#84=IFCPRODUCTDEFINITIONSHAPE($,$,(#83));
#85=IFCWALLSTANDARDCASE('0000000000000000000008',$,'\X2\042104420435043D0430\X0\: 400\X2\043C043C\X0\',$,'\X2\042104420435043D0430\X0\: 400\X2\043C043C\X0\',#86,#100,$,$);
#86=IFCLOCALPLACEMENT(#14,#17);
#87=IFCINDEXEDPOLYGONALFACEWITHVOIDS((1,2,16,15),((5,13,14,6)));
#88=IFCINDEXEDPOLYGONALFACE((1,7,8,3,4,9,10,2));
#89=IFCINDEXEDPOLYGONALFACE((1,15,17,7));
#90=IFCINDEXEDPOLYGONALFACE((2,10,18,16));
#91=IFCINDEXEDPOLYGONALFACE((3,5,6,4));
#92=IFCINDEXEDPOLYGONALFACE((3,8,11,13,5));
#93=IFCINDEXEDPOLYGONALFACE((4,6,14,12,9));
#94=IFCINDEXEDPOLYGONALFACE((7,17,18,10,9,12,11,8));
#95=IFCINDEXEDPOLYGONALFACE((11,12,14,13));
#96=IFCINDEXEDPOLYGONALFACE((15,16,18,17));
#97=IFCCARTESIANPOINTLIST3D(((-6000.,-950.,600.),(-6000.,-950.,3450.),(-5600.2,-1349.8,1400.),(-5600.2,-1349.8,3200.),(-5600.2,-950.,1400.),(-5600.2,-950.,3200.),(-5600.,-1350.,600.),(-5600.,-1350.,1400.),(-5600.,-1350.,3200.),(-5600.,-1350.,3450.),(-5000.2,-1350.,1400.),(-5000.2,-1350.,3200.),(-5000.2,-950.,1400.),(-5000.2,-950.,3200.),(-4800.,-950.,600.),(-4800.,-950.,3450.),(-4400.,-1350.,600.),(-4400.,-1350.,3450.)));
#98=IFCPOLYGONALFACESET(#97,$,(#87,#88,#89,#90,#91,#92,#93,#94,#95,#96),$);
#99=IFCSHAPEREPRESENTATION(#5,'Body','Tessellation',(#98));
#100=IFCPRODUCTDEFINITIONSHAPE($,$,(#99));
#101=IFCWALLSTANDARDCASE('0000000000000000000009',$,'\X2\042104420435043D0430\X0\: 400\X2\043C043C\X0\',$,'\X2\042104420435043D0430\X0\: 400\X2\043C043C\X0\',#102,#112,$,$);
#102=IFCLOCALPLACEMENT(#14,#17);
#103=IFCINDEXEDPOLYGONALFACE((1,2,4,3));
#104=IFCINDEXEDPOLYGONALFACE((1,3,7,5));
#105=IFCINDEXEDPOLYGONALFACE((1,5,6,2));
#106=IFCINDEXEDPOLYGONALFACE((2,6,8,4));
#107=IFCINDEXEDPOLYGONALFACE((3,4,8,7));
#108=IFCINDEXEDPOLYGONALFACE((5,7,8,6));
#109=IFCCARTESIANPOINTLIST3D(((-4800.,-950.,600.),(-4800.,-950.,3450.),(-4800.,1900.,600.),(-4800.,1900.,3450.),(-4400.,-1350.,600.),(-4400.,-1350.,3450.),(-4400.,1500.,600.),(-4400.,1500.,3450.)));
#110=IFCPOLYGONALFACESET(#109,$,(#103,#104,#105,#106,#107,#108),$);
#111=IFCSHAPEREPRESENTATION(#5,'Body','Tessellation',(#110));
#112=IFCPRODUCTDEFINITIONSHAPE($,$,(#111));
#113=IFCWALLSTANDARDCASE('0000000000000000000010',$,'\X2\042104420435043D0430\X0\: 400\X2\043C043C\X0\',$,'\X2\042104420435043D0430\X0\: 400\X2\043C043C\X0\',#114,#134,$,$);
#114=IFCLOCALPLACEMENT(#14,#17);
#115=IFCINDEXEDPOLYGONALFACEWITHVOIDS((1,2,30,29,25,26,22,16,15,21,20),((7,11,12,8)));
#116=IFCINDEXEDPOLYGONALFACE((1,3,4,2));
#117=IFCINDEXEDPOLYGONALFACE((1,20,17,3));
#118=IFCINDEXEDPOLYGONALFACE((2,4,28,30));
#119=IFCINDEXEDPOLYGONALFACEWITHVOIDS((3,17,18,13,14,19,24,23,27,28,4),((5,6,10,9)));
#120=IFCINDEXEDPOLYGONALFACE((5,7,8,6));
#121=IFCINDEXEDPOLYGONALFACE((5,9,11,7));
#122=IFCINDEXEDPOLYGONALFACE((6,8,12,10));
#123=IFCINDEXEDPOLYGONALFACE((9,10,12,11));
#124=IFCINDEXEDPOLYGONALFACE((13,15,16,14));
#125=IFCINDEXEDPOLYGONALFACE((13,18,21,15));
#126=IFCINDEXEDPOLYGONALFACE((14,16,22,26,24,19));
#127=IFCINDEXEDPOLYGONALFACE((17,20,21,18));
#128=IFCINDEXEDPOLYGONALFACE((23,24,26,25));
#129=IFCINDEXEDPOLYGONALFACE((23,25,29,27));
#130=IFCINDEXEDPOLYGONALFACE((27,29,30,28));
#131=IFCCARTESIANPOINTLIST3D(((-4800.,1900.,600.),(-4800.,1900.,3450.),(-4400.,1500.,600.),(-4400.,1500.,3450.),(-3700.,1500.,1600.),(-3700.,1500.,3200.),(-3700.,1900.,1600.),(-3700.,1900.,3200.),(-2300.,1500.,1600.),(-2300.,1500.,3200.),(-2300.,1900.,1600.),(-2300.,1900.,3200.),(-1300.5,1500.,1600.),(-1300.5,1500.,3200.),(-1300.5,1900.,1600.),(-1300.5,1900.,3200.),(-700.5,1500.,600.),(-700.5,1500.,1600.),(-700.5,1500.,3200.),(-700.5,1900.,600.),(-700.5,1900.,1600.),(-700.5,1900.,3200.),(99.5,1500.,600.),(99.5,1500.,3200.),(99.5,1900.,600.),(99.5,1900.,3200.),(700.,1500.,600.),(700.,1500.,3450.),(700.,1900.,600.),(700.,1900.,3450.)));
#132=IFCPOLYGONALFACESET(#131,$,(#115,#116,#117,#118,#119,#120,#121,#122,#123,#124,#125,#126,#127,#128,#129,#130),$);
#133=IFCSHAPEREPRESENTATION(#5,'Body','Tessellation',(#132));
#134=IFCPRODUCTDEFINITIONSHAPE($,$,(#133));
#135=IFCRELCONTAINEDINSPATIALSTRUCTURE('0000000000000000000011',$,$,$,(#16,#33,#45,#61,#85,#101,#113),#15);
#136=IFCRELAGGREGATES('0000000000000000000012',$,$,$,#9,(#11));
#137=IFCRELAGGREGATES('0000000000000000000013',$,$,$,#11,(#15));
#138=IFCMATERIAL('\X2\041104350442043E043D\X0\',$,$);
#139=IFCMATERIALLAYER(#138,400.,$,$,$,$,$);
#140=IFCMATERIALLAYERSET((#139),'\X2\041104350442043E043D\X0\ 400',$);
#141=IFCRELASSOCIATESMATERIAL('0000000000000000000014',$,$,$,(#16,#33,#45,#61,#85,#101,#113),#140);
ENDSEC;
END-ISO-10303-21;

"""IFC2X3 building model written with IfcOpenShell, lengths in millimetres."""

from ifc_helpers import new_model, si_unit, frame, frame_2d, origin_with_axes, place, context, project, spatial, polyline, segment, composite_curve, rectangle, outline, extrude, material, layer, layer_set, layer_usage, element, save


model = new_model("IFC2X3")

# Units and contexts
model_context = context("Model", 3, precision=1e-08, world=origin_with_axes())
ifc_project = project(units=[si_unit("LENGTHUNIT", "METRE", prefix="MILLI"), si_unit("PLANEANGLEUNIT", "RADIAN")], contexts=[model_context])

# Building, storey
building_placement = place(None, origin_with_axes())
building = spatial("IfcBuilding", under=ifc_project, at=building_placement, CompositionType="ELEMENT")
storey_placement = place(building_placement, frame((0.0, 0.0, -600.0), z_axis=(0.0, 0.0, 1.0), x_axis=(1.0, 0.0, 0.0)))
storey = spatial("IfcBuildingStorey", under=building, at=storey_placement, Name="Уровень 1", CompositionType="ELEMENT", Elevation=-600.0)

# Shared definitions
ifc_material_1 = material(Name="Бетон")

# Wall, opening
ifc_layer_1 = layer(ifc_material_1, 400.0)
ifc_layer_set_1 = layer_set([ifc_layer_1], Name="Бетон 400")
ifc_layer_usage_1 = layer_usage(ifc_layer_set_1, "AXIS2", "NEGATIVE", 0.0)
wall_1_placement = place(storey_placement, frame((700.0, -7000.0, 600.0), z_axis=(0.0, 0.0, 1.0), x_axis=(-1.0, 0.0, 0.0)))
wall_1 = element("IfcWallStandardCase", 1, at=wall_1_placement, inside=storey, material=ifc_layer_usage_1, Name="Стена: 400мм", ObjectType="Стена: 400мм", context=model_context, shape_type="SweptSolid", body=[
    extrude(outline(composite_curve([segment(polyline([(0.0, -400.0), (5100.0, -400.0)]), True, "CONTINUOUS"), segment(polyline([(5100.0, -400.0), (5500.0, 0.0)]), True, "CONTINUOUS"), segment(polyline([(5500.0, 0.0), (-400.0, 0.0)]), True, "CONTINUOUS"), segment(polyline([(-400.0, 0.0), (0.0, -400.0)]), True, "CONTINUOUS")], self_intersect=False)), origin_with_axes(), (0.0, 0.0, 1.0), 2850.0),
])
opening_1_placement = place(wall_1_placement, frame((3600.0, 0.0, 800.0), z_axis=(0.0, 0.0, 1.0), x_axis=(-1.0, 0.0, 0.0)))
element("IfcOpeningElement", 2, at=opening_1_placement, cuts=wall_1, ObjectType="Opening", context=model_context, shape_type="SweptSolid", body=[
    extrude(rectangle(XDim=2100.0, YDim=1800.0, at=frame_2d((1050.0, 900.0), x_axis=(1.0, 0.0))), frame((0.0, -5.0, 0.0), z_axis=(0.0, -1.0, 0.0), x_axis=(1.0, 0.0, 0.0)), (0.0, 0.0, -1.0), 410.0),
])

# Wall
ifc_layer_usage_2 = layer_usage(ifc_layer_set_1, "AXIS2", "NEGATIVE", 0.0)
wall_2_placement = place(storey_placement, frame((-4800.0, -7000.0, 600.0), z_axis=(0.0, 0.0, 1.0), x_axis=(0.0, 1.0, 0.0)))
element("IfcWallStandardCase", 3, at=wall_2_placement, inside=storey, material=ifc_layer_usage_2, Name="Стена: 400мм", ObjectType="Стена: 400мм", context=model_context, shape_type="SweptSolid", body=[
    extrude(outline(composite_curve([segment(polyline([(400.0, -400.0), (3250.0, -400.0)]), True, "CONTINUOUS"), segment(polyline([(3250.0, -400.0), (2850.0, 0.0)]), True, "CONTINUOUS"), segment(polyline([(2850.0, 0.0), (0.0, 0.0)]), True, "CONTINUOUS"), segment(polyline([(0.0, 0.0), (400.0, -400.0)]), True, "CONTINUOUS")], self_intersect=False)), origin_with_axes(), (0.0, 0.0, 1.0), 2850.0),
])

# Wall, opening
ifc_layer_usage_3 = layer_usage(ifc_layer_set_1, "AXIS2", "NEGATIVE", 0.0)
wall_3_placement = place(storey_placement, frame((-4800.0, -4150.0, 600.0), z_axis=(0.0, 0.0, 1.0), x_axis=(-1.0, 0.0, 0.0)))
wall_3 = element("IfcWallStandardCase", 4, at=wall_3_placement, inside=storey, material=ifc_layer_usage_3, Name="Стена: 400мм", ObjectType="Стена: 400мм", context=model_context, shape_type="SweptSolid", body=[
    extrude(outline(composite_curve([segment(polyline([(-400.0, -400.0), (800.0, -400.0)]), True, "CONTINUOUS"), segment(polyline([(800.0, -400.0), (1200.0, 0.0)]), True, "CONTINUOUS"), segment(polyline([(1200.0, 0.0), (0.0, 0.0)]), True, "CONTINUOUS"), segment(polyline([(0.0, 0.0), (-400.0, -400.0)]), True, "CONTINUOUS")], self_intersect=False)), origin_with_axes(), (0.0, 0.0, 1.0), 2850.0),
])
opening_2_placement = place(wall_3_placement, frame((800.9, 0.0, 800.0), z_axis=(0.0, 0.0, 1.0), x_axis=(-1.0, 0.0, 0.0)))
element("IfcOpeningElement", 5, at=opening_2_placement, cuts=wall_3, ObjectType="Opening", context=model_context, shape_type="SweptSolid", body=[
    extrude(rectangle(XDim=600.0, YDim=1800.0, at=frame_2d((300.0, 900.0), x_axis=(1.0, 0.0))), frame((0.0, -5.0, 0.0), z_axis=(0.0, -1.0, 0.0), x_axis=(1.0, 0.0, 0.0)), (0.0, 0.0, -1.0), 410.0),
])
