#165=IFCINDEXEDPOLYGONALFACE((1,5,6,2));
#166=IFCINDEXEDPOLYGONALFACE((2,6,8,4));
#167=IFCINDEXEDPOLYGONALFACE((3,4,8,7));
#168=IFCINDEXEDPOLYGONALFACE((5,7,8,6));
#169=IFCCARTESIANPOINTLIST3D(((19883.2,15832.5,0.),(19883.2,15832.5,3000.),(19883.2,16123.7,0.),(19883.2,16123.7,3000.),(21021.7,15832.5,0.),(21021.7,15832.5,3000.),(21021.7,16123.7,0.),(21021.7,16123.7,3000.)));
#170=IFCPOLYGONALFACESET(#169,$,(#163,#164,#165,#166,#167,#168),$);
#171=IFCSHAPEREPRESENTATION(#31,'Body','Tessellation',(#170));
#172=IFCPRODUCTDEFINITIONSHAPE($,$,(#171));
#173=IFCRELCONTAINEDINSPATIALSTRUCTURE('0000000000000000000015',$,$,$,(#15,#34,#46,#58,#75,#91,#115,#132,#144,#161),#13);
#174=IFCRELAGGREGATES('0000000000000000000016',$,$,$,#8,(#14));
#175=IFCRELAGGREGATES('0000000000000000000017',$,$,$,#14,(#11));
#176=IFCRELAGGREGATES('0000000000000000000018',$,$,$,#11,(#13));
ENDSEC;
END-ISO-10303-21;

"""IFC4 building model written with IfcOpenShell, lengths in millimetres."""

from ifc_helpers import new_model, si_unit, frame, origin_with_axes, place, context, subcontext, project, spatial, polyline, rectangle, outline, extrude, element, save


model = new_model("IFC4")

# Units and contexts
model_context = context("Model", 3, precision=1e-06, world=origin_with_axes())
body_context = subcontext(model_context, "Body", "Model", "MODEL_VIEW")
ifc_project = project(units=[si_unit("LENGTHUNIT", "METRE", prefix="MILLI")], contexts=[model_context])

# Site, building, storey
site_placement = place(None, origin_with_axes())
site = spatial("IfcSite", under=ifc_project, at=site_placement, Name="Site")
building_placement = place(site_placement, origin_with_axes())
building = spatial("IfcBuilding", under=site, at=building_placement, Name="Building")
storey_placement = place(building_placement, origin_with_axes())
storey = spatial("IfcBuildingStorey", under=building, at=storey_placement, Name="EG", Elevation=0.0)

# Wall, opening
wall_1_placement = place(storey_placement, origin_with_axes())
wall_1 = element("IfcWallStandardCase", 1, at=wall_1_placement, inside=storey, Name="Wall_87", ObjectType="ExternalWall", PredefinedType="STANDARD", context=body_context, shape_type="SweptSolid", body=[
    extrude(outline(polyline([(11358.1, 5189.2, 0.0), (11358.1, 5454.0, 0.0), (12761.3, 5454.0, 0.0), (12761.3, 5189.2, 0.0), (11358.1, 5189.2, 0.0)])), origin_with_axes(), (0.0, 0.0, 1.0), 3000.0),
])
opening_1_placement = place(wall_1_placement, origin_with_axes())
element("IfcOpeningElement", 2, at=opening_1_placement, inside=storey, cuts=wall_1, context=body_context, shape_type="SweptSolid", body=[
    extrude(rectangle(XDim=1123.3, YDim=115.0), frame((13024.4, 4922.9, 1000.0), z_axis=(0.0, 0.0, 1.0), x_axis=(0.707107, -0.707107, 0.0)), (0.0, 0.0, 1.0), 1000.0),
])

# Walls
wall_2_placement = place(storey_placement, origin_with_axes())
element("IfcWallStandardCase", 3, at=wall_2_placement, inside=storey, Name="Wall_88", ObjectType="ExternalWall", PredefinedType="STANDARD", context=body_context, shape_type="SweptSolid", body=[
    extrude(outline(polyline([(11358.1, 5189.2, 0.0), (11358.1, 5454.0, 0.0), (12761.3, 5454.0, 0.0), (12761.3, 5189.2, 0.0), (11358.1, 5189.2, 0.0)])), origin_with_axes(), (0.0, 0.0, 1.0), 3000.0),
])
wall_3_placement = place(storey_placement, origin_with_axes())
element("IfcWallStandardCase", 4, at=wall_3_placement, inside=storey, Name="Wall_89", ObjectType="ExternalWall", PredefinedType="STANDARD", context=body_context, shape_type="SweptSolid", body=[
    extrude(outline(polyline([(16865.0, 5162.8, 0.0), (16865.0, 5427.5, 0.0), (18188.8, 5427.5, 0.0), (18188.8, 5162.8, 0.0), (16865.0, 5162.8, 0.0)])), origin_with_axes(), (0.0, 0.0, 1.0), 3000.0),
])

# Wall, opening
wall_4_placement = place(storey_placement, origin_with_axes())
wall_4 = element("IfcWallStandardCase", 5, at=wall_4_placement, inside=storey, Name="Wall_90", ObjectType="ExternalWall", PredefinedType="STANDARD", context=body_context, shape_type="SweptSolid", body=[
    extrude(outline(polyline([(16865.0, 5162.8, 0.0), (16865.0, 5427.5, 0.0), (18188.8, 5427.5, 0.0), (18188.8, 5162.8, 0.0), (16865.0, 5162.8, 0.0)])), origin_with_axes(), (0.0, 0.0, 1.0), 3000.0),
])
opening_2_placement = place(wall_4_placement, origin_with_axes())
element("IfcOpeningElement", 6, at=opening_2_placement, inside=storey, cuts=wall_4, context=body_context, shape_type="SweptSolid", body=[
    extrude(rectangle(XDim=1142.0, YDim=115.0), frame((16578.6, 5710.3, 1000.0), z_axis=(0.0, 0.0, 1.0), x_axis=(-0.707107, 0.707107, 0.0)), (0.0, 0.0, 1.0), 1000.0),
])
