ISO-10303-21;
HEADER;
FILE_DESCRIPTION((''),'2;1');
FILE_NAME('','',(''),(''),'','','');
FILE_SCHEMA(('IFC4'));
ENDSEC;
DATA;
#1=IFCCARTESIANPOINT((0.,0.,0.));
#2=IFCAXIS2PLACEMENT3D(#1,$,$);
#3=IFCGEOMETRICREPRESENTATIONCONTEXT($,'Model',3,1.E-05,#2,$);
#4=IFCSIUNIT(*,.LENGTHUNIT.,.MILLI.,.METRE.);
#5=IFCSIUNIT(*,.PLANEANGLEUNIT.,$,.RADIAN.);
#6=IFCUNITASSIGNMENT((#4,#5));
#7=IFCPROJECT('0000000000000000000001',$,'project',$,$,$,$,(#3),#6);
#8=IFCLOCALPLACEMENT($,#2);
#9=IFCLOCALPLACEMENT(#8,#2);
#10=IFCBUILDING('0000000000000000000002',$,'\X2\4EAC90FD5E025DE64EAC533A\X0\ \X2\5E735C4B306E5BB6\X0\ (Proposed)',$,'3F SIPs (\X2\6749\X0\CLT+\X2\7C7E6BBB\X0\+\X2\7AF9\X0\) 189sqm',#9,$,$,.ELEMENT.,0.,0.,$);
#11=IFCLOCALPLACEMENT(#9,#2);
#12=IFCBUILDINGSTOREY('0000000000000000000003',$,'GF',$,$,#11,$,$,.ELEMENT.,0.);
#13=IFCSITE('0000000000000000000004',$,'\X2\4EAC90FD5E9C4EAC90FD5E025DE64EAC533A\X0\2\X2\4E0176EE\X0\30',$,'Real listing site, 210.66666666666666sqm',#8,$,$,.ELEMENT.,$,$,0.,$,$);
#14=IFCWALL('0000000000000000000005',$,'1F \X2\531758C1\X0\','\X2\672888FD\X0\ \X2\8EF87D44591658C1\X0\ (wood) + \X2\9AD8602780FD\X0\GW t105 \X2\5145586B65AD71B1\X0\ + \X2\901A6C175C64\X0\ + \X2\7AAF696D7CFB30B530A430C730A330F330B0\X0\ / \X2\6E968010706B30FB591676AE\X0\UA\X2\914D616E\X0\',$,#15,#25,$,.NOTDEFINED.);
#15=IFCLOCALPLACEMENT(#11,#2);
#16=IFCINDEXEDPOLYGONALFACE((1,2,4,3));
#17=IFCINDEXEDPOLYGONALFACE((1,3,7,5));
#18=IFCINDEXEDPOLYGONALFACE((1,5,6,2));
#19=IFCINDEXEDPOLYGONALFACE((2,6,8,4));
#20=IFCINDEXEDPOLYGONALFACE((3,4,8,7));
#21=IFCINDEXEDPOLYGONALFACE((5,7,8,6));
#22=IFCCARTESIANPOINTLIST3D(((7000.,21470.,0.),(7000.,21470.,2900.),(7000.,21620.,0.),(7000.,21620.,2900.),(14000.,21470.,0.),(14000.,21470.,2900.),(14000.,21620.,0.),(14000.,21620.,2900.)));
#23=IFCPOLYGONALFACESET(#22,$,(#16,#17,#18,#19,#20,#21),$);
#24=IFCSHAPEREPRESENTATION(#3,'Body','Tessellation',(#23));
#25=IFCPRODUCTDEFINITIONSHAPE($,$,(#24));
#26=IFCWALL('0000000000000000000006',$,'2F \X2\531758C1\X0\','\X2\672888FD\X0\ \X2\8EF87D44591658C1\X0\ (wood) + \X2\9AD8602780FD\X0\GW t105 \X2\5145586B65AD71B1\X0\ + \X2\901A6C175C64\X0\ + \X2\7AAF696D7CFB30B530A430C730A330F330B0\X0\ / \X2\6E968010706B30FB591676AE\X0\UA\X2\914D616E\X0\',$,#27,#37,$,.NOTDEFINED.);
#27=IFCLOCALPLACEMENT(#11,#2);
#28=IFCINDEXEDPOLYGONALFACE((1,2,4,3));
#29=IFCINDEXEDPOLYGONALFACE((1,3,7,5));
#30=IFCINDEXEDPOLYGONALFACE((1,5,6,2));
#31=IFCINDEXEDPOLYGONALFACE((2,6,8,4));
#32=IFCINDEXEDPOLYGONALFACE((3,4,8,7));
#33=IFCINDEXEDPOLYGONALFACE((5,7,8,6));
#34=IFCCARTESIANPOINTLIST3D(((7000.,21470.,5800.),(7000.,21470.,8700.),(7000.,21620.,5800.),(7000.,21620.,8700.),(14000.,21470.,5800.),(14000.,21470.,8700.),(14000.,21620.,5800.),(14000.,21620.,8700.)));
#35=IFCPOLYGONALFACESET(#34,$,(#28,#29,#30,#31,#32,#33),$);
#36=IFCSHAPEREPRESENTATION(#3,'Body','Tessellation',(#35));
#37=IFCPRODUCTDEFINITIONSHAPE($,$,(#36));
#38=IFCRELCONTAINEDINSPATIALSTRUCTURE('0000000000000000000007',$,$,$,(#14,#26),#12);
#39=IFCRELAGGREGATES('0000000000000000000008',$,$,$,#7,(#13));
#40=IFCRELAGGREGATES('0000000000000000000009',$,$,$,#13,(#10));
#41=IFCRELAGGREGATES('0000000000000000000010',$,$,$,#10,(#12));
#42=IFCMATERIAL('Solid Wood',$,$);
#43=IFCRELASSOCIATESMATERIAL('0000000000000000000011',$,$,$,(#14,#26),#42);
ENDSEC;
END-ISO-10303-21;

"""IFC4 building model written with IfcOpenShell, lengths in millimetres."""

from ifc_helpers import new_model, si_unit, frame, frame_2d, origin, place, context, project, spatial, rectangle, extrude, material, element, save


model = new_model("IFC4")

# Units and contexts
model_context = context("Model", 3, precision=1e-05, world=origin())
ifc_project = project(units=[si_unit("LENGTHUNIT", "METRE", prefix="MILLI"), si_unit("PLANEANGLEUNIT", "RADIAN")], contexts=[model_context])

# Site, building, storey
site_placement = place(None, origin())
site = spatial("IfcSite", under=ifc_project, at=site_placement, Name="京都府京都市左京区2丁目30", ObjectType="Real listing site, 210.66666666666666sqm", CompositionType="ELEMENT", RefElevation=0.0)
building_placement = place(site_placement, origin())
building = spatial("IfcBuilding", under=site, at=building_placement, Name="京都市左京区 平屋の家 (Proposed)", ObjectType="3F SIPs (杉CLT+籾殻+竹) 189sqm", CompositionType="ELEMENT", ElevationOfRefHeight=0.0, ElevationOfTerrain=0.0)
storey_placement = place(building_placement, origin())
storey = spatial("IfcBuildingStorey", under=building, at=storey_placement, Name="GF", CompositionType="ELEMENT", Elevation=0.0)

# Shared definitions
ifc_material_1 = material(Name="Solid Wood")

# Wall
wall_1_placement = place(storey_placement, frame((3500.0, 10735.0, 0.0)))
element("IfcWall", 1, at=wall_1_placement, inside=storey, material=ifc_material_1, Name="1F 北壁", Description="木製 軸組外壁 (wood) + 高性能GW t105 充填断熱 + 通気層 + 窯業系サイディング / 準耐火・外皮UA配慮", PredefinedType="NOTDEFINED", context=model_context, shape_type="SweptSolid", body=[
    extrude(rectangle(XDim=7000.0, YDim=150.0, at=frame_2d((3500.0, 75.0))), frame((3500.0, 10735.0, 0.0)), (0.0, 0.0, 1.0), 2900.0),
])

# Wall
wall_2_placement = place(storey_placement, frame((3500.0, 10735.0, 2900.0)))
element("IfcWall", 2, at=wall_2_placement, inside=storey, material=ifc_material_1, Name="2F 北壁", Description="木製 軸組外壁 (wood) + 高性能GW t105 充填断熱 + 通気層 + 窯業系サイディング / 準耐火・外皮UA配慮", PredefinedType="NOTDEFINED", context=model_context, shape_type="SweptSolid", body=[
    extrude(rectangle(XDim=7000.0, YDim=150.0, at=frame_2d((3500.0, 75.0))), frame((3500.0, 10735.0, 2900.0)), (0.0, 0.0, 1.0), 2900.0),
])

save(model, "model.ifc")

===

WHAT THIS TASK INVOLVES
From the material above, set down exactly the lines starting at the one with "#130=IFCINDEXEDPOLYGONALFACE((27,29,30,28));" and ending at the one with "#136=IFCRELAGGREGATES('0000000000000000000012',$,$,$,#9,(#11));", end lines included.

SOLVED PROBLEM
#130=IFCINDEXEDPOLYGONALFACE((27,29,30,28));
#131=IFCCARTESIANPOINTLIST3D(((-4800.,1900.,600.),(-4800.,1900.,3450.),(-4400.,1500.,600.),(-4400.,1500.,3450.),(-3700.,1500.,1600.),(-3700.,1500.,3200.),(-3700.,1900.,1600.),(-3700.,1900.,3200.),(-2300.,1500.,1600.),(-2300.,1500.,3200.),(-2300.,1900.,1600.),(-2300.,1900.,3200.),(-1300.5,1500.,1600.),(-1300.5,1500.,3200.),(-1300.5,1900.,1600.),(-1300.5,1900.,3200.),(-700.5,1500.,600.),(-700.5,1500.,1600.),(-700.5,1500.,3200.),(-700.5,1900.,600.),(-700.5,1900.,1600.),(-700.5,1900.,3200.),(99.5,1500.,600.),(99.5,1500.,3200.),(99.5,1900.,600.),(99.5,1900.,3200.),(700.,1500.,600.),(700.,1500.,3450.),(700.,1900.,600.),(700.,1900.,3450.)));
#132=IFCPOLYGONALFACESET(#131,$,(#115,#116,#117,#118,#119,#120,#121,#122,#123,#124,#125,#126,#127,#128,#129,#130),$);
#133=IFCSHAPEREPRESENTATION(#5,'Body','Tessellation',(#132));
#134=IFCPRODUCTDEFINITIONSHAPE($,$,(#133));
#135=IFCRELCONTAINEDINSPATIALSTRUCTURE('0000000000000000000011',$,$,$,(#16,#33,#45,#61,#85,#101,#113),#15);
#136=IFCRELAGGREGATES('0000000000000000000012',$,$,$,#9,(#11));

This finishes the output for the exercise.